EXERCISE PROMPT → Scan the listing below for the word "IFCRELAGGREGATES" and copy every line where it occurs.

RECORD EXTRACTS →
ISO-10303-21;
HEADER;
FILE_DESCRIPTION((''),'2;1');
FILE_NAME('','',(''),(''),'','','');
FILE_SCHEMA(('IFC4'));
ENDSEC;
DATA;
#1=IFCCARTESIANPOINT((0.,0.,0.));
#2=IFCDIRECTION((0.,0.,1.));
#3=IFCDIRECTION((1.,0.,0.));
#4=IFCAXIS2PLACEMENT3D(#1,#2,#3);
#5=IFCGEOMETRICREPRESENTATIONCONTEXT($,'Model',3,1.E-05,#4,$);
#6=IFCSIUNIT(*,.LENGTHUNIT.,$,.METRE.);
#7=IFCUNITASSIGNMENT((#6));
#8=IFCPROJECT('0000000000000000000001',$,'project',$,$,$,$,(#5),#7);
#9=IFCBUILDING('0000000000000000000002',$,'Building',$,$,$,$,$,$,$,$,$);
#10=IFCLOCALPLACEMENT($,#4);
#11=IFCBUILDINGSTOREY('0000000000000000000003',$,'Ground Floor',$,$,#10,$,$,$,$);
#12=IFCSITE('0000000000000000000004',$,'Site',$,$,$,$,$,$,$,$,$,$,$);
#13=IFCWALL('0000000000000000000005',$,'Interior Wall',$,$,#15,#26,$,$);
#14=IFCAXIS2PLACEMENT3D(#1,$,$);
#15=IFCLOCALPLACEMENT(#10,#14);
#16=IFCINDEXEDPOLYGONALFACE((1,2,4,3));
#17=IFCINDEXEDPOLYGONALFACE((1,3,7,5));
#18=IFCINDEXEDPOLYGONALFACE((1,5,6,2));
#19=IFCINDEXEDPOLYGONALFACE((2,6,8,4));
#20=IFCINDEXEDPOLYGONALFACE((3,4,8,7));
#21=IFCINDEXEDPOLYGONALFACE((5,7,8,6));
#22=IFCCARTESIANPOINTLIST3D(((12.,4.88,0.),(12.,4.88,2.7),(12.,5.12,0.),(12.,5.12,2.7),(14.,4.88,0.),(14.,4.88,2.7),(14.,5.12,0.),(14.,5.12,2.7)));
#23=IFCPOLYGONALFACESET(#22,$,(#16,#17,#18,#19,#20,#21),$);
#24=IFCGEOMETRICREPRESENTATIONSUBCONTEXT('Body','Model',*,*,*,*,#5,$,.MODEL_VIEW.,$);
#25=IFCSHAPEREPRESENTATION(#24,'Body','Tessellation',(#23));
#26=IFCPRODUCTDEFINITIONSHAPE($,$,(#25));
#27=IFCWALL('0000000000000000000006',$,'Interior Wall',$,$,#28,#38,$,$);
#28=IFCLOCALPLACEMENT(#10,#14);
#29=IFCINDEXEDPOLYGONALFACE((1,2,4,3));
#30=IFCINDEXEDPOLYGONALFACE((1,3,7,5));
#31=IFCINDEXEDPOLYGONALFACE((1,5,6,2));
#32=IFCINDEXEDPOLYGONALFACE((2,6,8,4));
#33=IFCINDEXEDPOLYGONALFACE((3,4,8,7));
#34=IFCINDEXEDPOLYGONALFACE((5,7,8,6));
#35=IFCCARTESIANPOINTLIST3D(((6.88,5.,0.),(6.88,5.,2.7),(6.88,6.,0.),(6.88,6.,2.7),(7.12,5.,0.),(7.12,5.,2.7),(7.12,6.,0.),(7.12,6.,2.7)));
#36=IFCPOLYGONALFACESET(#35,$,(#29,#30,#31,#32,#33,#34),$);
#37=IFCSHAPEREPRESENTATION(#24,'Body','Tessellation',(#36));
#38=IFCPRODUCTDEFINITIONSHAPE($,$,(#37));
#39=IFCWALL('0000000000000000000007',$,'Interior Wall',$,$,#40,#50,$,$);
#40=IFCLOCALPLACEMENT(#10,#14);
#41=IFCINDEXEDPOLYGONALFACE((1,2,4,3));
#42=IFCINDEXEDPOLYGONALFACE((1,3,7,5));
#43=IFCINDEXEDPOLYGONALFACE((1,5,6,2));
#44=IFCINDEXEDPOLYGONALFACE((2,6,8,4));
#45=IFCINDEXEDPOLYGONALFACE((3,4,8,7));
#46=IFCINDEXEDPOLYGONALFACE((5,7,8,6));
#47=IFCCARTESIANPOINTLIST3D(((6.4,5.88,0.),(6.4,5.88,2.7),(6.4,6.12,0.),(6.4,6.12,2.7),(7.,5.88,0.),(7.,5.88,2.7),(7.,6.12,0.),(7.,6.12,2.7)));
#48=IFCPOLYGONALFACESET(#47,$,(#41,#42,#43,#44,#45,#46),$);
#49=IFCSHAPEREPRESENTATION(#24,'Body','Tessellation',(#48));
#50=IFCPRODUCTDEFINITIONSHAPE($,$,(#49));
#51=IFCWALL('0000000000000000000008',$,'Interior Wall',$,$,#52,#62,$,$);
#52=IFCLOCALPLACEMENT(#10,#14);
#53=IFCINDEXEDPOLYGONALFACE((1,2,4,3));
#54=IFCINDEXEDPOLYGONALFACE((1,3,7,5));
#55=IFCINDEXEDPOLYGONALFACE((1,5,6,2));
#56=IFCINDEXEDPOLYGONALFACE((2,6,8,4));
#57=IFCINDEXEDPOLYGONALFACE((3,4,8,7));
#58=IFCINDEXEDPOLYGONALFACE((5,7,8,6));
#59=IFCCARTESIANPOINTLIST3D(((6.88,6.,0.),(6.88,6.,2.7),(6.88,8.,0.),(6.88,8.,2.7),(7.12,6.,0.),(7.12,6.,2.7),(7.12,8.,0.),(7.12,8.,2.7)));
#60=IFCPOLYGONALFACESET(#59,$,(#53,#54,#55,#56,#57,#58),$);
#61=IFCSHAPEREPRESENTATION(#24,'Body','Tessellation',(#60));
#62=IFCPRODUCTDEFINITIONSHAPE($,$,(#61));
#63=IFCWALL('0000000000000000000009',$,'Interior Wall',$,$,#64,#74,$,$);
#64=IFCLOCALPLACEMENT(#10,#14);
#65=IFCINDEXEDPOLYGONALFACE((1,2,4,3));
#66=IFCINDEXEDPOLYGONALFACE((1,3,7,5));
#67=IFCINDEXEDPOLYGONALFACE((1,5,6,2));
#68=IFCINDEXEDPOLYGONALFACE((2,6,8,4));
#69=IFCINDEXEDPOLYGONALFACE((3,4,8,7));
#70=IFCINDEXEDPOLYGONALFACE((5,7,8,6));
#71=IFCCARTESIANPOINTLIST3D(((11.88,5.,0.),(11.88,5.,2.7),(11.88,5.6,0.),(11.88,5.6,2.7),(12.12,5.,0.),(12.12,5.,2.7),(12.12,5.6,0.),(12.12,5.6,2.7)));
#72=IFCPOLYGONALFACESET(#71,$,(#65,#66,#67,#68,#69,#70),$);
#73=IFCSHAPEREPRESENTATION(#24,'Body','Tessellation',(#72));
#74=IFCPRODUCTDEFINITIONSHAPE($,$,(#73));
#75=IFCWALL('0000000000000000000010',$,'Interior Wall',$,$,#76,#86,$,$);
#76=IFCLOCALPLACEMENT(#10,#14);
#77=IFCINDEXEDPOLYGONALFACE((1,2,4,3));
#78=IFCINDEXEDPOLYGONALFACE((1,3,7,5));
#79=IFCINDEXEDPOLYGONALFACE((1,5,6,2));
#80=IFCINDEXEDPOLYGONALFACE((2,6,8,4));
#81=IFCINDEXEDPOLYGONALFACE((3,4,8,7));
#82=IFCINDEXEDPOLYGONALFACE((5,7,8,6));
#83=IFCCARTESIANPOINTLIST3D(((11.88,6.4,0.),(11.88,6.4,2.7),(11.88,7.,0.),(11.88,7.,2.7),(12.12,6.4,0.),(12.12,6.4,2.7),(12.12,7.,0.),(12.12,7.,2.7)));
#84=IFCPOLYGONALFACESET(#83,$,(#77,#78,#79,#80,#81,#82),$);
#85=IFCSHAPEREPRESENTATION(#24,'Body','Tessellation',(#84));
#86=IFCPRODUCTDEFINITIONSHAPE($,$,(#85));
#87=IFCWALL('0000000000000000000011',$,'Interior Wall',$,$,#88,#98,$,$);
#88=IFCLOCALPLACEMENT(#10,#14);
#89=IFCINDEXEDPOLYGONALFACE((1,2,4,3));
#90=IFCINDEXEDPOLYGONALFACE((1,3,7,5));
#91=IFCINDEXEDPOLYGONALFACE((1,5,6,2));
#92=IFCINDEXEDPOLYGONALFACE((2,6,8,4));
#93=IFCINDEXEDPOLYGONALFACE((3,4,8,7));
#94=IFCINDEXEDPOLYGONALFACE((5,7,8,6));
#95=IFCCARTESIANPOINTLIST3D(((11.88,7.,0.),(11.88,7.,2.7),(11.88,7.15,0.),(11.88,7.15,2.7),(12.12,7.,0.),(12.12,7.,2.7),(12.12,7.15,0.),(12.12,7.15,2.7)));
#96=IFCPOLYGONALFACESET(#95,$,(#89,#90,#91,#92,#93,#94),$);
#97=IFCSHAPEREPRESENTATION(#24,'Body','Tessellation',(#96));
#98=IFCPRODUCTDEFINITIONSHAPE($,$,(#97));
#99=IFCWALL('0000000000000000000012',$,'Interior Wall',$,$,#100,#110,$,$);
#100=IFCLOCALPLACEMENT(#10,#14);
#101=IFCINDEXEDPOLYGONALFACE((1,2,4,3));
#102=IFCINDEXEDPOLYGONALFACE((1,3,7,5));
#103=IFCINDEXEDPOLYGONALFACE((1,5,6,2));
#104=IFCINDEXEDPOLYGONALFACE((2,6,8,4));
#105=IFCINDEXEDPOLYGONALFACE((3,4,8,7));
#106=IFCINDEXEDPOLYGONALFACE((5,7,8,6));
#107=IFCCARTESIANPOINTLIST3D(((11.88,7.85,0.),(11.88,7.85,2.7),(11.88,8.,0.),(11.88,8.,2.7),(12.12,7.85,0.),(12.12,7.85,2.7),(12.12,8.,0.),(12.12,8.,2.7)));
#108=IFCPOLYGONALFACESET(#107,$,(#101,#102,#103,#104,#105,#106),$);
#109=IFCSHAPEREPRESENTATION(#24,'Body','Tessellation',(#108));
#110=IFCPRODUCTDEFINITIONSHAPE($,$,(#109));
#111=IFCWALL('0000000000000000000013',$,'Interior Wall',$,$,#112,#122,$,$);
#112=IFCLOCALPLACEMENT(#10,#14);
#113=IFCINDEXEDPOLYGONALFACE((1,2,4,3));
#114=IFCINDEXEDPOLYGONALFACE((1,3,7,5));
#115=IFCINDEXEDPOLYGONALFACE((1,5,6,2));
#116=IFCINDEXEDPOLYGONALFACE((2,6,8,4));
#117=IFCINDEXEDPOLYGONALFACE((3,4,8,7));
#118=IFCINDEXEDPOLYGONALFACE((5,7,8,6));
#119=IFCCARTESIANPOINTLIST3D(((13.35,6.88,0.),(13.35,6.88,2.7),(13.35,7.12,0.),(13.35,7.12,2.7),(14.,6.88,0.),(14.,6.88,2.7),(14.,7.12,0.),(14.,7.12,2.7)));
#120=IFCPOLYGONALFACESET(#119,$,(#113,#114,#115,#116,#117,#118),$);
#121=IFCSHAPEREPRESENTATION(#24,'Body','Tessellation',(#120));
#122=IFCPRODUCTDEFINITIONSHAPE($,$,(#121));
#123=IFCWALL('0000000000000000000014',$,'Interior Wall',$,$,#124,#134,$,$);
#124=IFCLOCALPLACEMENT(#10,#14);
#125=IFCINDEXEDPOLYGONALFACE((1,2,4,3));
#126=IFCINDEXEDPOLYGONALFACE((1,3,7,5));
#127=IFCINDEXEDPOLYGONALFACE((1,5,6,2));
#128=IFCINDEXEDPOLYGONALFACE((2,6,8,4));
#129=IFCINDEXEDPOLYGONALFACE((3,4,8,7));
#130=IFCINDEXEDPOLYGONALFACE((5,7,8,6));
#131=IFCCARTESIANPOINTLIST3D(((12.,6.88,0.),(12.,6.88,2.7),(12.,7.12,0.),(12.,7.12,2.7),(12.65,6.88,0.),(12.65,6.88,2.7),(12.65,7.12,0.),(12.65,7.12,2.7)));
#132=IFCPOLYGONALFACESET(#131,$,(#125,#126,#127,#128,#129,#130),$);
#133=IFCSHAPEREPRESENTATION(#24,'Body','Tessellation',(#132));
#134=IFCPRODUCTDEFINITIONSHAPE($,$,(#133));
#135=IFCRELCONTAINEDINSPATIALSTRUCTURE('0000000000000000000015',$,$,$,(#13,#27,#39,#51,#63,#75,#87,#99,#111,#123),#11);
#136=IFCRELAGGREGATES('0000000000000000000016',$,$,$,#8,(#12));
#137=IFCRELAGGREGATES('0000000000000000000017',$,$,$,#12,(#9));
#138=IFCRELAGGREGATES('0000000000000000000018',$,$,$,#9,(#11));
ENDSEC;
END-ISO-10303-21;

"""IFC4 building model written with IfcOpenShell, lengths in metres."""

from ifc_helpers import new_model, si_unit, frame, origin_with_axes, place, context, subcontext, project, spatial, indexed_curve, outline, extrude, element, save


model = new_model("IFC4")

# Units and contexts
model_context = context("Model", 3, precision=1e-05, world=origin_with_axes())
body_context = subcontext(model_context, "Body", "Model", "MODEL_VIEW")
ifc_project = project(units=[si_unit("LENGTHUNIT", "METRE")], contexts=[model_context])

# Site, building, storey
site = spatial("IfcSite", under=ifc_project, Name="Site")
building = spatial("IfcBuilding", under=site, Name="Building")
storey_placement = place(None, origin_with_axes())
storey = spatial("IfcBuildingStorey", under=building, at=storey_placement, Name="Ground Floor")

# Walls
wall_1_placement = place(storey_placement, frame((14.0, 5.0, 0.0), z_axis=(0.0, 0.0, 1.0), x_axis=(-1.0, 0.0, 0.0)))
element("IfcWall", 1, at=wall_1_placement, inside=storey, Name="Interior Wall", context=body_context, shape_type="SweptSolid", body=[
    extrude(outline(indexed_curve([(0.0, 0.0), (0.0, 0.24), (2.0, 0.24), (2.0, 0.0), (0.0, 0.0)], self_intersect=False)), frame((0.0, -0.12, 0.0), z_axis=(0.0, 0.0, 1.0), x_axis=(1.0, 0.0, 0.0)), (0.0, 0.0, 1.0), 2.7),
])
wall_2_placement = place(storey_placement, frame((7.0, 5.0, 0.0), z_axis=(0.0, 0.0, 1.0), x_axis=(0.0, 1.0, 0.0)))
element("IfcWall", 2, at=wall_2_placement, inside=storey, Name="Interior Wall", context=body_context, shape_type="SweptSolid", body=[
    extrude(outline(indexed_curve([(0.0, 0.0), (0.0, 0.24), (1.0, 0.24), (1.0, 0.0), (0.0, 0.0)], self_intersect=False)), frame((0.0, -0.12, 0.0), z_axis=(0.0, 0.0, 1.0), x_axis=(1.0, 0.0, 0.0)), (0.0, 0.0, 1.0), 2.7),
])
wall_3_placement = place(storey_placement, frame((7.0, 6.0, 0.0), z_axis=(0.0, 0.0, 1.0), x_axis=(-1.0, 0.0, 0.0)))
element("IfcWall", 3, at=wall_3_placement, inside=storey, Name="Interior Wall", context=body_context, shape_type="SweptSolid", body=[
    extrude(outline(indexed_curve([(0.0, 0.0), (0.0, 0.24), (0.6, 0.24), (0.6, 0.0), (0.0, 0.0)], self_intersect=False)), frame((0.0, -0.12, 0.0), z_axis=(0.0, 0.0, 1.0), x_axis=(1.0, 0.0, 0.0)), (0.0, 0.0, 1.0), 2.7),
])
wall_4_placement = place(storey_placement, frame((7.0, 6.0, 0.0), z_axis=(0.0, 0.0, 1.0), x_axis=(0.0, 1.0, 0.0)))
element("IfcWall", 4, at=wall_4_placement, inside=storey, Name="Interior Wall", context=body_context, shape_type="SweptSolid", body=[
    extrude(outline(indexed_curve([(0.0, 0.0), (0.0, 0.24), (2.0, 0.24), (2.0, 0.0), (0.0, 0.0)], self_intersect=False)), frame((0.0, -0.12, 0.0), z_axis=(0.0, 0.0, 1.0), x_axis=(1.0, 0.0, 0.0)), (0.0, 0.0, 1.0), 2.7),
])
for number, where, z_axis, x_axis, name in (
    (5, (12.0, 5.0, 0.0), (0.0, 0.0, 1.0), (0.0, 1.0, 0.0), "Interior Wall"),
    (6, (12.0, 6.4, 0.0), (0.0, 0.0, 1.0), (0.0, 1.0, 0.0), "Interior Wall"),
):
    element("IfcWall", number, at=place(storey_placement, frame(where, z_axis=z_axis, x_axis=x_axis)), inside=storey, Name=name, context=body_context, shape_type="SweptSolid", body=[
        extrude(outline(indexed_curve([(0.0, 0.0), (0.0, 0.24), (0.6, 0.24), (0.6, 0.0), (0.0, 0.0)], self_intersect=False)), frame((0.0, -0.12, 0.0), z_axis=(0.0, 0.0, 1.0), x_axis=(1.0, 0.0, 0.0)), (0.0, 0.0, 1.0), 2.7),
    ])
for number, where, z_axis, x_axis, name in (
    (7, (12.0, 7.0, 0.0), (0.0, 0.0, 1.0), (0.0, 1.0, 0.0), "Interior Wall"),
    (8, (12.0, 7.85, 0.0), (0.0, 0.0, 1.0), (0.0, 1.0, 0.0), "Interior Wall"),
):
    element("IfcWall", number, at=place(storey_placement, frame(where, z_axis=z_axis, x_axis=x_axis)), inside=storey, Name=name, context=body_context, shape_type="SweptSolid", body=[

RESULT BELOW →
#136=IFCRELAGGREGATES('0000000000000000000016',$,$,$,#8,(#12));
#137=IFCRELAGGREGATES('0000000000000000000017',$,$,$,#12,(#9));
#138=IFCRELAGGREGATES('0000000000000000000018',$,$,$,#9,(#11));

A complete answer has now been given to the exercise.